Lines in the listing below that contain the string "IFCRELCONTAINEDINSPATIALSTRUCTURE" are to be found and copied.

Segment Start: Information shown

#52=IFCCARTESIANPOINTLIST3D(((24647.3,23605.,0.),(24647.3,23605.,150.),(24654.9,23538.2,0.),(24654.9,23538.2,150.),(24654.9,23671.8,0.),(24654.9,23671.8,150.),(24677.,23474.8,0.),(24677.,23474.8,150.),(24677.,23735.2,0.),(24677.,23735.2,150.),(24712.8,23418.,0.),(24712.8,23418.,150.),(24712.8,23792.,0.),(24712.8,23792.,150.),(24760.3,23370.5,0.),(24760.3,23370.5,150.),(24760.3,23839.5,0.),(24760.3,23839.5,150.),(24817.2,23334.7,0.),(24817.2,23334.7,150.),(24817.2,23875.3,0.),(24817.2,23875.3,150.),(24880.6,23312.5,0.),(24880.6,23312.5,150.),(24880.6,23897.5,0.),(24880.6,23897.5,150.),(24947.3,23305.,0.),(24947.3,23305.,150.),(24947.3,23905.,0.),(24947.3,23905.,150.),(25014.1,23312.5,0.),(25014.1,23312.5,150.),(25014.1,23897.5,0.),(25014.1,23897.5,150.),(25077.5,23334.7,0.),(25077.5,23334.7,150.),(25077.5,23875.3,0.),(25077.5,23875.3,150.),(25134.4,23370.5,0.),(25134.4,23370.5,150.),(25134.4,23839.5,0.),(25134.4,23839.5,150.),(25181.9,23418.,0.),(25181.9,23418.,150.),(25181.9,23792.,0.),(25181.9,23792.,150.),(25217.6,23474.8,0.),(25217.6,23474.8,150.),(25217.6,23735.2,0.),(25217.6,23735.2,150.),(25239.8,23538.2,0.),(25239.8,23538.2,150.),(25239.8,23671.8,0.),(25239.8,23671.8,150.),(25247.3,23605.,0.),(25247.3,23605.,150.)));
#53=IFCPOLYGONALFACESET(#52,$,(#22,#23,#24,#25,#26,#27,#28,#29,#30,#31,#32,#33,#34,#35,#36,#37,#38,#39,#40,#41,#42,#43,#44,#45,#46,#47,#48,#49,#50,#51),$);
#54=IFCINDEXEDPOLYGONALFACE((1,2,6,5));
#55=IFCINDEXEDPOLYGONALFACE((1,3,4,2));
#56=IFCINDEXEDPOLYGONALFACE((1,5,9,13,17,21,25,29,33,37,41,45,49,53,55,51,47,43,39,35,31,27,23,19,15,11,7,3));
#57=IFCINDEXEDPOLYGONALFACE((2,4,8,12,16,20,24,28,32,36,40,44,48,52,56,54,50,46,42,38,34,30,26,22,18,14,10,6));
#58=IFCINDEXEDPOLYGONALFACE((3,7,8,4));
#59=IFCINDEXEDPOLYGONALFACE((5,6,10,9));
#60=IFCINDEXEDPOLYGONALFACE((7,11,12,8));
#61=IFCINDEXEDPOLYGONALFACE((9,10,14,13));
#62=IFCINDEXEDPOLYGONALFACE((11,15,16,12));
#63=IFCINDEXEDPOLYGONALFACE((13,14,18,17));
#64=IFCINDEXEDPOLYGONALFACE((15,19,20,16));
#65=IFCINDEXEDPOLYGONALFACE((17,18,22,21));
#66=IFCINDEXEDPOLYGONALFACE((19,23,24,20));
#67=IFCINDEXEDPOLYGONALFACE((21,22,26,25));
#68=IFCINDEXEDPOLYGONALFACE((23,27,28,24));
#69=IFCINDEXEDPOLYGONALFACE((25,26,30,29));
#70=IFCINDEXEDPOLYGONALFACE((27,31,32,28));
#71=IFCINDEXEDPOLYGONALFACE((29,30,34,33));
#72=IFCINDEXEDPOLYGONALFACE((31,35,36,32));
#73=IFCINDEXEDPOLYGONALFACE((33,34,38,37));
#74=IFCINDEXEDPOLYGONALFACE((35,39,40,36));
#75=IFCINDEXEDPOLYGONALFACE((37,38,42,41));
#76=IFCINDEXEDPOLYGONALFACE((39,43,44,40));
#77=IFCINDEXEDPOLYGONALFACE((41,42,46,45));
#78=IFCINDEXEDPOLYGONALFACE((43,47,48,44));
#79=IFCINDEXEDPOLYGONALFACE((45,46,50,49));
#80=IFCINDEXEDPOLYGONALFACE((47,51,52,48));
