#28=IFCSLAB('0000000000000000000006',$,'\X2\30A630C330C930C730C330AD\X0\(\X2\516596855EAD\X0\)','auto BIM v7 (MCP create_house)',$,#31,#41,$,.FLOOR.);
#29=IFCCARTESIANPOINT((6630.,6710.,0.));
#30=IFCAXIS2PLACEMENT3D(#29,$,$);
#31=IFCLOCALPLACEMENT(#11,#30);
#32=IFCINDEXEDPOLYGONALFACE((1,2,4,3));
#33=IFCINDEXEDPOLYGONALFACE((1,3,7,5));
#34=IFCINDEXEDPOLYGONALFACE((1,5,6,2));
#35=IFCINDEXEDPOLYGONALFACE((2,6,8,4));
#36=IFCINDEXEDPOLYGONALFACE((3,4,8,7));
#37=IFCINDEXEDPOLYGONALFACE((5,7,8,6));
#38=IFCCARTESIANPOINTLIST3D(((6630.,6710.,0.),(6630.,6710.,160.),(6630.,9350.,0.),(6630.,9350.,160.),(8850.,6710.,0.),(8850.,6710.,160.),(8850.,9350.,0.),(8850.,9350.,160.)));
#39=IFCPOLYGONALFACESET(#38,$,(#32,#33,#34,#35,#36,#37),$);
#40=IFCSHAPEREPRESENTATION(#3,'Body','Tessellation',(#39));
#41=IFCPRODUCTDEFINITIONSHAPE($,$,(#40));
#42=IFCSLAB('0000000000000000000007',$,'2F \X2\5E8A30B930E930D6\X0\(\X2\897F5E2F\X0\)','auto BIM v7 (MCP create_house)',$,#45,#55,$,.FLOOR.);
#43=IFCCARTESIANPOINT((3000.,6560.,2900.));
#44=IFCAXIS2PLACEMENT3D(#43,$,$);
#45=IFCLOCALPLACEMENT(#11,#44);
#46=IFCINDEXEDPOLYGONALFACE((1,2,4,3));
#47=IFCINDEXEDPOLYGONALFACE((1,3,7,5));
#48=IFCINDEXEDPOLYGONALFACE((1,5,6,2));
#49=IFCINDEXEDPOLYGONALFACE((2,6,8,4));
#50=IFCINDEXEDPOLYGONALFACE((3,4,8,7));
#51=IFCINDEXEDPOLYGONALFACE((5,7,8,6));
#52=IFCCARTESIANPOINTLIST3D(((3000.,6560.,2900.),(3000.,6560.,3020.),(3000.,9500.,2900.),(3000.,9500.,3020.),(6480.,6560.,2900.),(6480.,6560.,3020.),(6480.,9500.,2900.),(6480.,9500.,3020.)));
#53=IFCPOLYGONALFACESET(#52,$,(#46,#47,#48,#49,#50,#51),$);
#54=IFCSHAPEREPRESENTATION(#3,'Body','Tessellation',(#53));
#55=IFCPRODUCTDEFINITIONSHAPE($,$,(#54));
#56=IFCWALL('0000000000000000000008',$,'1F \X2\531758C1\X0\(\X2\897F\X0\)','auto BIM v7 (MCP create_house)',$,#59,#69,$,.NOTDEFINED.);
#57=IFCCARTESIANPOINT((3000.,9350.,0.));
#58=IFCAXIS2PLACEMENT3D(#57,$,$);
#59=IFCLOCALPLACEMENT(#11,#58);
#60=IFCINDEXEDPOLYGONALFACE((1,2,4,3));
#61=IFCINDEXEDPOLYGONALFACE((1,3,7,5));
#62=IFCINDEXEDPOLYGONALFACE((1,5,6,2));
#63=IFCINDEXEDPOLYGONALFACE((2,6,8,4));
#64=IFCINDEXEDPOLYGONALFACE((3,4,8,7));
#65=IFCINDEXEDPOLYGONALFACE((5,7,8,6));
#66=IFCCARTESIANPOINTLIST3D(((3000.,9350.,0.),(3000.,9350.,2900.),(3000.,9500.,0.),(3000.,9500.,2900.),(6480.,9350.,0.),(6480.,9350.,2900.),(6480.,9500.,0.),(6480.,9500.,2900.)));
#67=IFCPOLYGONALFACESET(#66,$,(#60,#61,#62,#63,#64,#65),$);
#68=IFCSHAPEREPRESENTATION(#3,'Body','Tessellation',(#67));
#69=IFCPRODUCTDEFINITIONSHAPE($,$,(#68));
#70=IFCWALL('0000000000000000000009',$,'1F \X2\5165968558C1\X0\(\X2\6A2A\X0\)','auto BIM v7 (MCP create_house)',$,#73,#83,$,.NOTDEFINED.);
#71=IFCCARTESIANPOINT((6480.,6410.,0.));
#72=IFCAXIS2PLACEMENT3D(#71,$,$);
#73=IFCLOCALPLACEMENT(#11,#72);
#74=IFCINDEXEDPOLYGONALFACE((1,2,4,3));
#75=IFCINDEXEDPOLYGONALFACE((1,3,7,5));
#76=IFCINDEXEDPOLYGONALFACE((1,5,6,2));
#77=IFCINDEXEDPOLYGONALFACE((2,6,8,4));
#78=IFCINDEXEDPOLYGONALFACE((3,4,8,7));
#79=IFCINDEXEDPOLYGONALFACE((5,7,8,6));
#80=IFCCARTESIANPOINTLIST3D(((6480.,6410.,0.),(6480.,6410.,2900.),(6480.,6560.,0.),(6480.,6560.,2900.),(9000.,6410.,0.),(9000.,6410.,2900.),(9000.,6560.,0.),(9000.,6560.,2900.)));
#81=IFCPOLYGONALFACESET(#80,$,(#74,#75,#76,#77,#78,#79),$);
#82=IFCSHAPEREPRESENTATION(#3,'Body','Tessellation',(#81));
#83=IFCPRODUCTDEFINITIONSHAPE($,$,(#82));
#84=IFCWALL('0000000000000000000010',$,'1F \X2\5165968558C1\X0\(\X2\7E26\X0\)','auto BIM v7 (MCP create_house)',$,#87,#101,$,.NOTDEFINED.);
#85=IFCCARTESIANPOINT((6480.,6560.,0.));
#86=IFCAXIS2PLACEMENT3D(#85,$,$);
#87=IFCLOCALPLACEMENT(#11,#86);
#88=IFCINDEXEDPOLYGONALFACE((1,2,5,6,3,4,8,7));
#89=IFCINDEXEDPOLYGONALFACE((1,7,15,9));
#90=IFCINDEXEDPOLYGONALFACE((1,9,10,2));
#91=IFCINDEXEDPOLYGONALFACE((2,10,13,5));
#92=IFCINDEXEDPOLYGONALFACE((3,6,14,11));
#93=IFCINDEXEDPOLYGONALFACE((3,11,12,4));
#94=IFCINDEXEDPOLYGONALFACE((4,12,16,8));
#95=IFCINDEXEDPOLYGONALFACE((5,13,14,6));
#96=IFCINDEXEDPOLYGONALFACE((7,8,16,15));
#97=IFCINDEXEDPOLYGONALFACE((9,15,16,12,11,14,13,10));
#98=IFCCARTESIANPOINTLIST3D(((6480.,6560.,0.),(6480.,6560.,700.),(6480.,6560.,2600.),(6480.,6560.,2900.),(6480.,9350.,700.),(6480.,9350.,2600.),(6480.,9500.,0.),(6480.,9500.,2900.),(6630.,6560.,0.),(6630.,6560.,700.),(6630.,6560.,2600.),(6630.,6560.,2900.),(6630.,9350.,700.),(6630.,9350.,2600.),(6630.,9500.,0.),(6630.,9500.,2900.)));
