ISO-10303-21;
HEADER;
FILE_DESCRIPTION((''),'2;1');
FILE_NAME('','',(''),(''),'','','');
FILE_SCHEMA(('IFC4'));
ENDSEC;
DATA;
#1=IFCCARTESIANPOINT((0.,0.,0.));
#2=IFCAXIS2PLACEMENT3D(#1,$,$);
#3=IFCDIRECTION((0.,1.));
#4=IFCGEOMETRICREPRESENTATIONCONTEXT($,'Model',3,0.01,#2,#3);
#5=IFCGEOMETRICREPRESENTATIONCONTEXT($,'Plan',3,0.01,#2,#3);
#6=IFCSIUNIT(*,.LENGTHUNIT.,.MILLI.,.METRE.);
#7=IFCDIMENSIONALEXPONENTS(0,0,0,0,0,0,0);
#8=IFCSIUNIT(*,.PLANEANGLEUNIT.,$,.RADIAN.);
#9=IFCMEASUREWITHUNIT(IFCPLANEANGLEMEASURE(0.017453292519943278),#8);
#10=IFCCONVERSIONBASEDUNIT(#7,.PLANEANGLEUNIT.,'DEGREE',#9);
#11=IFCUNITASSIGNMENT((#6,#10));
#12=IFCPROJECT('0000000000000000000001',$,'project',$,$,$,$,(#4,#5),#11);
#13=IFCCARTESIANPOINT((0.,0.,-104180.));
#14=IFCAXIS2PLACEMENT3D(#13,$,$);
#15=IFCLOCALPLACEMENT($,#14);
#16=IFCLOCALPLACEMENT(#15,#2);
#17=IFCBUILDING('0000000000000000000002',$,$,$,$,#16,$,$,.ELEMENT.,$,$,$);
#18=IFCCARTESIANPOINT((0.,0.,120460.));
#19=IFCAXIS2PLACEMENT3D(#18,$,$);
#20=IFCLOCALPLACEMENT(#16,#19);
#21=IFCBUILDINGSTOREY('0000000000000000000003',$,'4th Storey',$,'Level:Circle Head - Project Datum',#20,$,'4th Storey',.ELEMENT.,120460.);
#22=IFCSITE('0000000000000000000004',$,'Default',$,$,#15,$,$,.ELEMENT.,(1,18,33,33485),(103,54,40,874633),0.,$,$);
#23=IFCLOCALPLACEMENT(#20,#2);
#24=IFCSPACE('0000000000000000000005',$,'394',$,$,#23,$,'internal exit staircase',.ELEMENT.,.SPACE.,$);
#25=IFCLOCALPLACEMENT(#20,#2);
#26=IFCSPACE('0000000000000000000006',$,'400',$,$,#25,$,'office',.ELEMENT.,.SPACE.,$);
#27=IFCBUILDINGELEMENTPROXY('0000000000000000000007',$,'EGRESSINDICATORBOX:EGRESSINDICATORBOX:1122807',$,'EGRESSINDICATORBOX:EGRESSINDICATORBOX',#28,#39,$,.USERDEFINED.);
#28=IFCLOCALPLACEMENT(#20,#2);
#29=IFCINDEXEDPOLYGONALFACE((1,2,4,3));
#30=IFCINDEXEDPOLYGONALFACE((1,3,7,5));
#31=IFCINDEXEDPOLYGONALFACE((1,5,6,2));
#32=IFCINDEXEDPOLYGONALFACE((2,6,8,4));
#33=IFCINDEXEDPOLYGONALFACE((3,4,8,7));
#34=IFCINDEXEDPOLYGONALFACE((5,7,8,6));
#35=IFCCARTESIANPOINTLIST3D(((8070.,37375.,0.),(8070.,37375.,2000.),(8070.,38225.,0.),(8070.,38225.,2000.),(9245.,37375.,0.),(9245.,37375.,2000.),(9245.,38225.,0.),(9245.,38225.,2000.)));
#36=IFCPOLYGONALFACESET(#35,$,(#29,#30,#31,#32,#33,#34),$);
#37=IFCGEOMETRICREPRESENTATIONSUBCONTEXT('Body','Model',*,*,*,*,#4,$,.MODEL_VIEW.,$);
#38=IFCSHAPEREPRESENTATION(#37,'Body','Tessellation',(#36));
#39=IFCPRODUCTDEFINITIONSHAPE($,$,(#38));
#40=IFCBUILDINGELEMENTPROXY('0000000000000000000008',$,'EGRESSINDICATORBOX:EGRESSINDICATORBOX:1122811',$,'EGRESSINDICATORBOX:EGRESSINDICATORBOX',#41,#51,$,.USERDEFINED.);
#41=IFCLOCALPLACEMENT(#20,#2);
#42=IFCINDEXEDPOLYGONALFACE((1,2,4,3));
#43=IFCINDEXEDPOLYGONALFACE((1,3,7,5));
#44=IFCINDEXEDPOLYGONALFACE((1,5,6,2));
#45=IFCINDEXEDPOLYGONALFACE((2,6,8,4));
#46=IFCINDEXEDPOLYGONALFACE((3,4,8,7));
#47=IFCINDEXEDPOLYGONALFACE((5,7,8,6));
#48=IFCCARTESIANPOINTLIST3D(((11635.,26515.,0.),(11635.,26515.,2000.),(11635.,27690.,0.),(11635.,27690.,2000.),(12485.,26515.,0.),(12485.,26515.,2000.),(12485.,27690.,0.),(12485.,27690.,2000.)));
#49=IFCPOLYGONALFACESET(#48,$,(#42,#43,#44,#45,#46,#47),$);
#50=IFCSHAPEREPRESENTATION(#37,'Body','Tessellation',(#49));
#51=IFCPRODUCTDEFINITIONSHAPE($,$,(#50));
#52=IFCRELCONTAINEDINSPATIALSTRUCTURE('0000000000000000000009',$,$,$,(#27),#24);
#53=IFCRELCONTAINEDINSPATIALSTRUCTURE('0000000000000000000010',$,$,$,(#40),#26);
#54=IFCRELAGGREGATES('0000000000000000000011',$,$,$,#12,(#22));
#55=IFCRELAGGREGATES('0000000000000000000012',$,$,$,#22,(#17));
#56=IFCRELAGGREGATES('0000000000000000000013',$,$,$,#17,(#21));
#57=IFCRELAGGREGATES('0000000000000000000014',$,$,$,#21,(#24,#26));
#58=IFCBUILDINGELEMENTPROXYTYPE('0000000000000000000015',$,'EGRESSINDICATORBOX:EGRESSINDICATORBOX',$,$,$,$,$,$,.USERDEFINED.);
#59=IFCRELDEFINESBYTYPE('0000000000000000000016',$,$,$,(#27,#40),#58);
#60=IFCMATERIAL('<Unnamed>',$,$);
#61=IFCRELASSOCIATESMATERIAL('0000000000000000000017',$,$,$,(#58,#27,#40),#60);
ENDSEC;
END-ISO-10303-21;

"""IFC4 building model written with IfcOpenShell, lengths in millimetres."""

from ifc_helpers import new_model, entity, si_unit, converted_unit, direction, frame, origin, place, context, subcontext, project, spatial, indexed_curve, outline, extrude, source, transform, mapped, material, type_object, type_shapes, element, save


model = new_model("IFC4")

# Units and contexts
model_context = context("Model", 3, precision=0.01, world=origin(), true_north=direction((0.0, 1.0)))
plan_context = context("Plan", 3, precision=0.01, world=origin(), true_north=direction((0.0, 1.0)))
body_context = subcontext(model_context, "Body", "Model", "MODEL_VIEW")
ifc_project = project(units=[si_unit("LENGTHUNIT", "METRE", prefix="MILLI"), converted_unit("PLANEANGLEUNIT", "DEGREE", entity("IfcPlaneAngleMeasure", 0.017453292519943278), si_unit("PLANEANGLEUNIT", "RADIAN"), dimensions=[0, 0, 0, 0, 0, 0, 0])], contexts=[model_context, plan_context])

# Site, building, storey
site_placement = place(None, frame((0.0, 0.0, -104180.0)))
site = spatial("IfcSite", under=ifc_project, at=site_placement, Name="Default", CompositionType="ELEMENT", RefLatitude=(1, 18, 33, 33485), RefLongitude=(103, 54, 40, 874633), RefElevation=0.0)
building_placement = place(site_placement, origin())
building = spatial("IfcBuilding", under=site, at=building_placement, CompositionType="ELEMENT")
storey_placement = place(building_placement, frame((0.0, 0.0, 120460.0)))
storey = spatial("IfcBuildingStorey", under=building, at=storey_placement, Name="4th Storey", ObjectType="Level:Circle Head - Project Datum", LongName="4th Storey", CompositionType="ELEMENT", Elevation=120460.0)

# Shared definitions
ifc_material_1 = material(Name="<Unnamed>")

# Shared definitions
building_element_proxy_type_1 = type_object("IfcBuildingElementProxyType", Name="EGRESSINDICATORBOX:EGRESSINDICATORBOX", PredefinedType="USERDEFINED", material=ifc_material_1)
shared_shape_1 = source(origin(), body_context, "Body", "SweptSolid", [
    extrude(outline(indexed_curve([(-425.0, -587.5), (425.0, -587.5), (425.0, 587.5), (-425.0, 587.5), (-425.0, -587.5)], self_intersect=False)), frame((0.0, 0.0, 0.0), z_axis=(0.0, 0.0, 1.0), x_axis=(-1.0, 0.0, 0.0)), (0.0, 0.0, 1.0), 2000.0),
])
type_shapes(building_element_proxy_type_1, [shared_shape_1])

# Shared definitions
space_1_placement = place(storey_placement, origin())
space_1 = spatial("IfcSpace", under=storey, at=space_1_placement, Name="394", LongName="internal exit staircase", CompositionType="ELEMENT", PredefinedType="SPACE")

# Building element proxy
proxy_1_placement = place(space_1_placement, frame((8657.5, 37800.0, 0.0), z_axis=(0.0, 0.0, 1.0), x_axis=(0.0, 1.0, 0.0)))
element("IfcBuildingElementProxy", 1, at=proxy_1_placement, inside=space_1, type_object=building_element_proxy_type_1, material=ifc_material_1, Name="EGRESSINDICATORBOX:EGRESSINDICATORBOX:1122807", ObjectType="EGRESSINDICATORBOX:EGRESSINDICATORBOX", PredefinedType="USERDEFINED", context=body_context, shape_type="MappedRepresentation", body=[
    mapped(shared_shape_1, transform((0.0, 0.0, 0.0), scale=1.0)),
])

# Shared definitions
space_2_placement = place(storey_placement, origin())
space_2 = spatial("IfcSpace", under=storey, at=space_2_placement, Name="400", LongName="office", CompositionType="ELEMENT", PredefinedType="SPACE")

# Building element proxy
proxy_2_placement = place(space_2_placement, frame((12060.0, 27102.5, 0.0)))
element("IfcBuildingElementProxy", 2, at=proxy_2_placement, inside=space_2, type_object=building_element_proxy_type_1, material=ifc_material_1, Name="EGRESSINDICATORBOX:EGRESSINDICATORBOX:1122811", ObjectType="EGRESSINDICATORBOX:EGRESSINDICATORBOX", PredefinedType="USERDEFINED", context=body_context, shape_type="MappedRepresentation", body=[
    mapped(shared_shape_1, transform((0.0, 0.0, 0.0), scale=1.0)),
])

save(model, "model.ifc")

Segment End: Information shown

Written answer ▸
#52=IFCRELCONTAINEDINSPATIALSTRUCTURE('0000000000000000000009',$,$,$,(#27),#24);
#53=IFCRELCONTAINEDINSPATIALSTRUCTURE('0000000000000000000010',$,$,$,(#40),#26);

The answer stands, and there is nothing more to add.